Eventually, every characteristic of Christ will be expressed in the church life. There will be no Jewish, Greek, American, British, Japanese, Chinese, Filipino, or any other kind of expression. There will be only the expression of Christ. This is what it means to say that the Spirit glorifies the Son by revealing Him in the fullness of the Father to the believers. We all need to have much experience of this. This will enrich, strengthen, and uplift the church life. If the church life has all of these actualities, it will surely grow.

d. The Mingling of Divinity with Humanity

The church life is a mingling of divinity with humanity. As the Spirit glorifies the Son with the Father, the Triune God is wrought into and mingled with the believers. This matter of the mingling of divinity with humanity has been very much neglected by Christians today. The one matter that is the most central has been neglected by nearly all Christians. Christians care mostly for doctrine. But in John 16, as in 1:14 and 17, the word truth in Greek means “reality,” not doctrine. To take the word truth in John to mean doctrine will cause great damage. In the Greek language it simply means reality or truthfulness. When the Spirit of reality comes, He will guide us into the full reality of Christ and mingle us with the Triune God. The more the Son is revealed to us with the fullness of the Father, the more experience we shall have of the Son. Then there will be more mingling of divinity with humanity in the church life. The church life is a daily mingling of divinity with humanity.
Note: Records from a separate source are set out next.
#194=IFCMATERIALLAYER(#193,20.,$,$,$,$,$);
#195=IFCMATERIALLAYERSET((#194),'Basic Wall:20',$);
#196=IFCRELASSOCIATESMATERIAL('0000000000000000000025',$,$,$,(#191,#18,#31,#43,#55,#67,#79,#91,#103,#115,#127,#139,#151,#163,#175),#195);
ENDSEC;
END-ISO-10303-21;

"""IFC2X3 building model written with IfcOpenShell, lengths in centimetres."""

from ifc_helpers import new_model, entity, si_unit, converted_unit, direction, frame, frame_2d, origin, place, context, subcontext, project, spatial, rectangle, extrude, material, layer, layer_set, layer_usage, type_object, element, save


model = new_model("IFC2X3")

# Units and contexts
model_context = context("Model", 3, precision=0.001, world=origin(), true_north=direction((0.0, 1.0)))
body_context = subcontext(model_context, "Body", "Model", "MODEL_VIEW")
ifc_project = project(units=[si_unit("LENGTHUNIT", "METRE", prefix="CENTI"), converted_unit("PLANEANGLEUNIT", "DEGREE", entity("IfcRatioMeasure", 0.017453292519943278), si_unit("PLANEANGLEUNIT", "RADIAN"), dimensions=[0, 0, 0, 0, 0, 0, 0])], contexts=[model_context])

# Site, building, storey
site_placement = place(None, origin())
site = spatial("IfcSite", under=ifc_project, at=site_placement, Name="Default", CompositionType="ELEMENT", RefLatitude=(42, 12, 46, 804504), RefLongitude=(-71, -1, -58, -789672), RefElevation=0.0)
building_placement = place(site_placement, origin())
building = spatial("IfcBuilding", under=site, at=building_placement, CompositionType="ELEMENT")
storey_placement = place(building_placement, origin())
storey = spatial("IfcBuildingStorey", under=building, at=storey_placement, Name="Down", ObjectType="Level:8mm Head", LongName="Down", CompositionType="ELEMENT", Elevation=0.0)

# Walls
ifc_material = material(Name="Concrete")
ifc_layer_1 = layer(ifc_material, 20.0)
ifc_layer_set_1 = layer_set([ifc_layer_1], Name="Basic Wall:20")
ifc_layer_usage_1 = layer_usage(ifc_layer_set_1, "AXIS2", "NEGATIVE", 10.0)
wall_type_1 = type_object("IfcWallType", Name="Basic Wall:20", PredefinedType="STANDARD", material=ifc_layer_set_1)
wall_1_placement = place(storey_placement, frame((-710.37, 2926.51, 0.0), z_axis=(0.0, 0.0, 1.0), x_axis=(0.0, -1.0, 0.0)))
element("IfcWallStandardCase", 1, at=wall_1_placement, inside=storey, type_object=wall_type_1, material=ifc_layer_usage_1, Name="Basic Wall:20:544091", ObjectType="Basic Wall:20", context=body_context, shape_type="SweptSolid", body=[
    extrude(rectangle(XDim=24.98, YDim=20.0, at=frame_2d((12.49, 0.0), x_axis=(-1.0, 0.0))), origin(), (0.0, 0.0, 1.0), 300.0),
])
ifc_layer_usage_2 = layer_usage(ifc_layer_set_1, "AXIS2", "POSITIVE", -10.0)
C. To Disclose What Is to Come

We have seen that the work of the Spirit in John 16 is in three categories: to convict the world, to glorify the Son by revealing Him with the fullness of the Father to the believers, and to disclose what is to come. John’s writings are also of three categories—the Gospel, the Epistles, and the Revelation. The three categories of John’s writings correspond to the threefold work of the Spirit. His Gospel is mainly to convict the world, his Epistles are mainly to reveal the Son with the fullness of the Father, and Revelation is the book unveiling the things that shall occur in the future. In verse 13 the Lord said of the Spirit that “He will disclose to you what is to come.” The Spirit will disclose the things to come, which are mainly revealed in Revelation (Rev. 1:1, 19). In the book of Revelation, four main things are revealed: the church’s progress (chs. 1—3); the world’s destiny (chs. 4—16); Satan’s ultimate consummation—the great Babylon (chs. 17—20); and God’s ultimate consummation—the New Jerusalem (chs. 21—22). The book of Revelation discloses all of these things to us.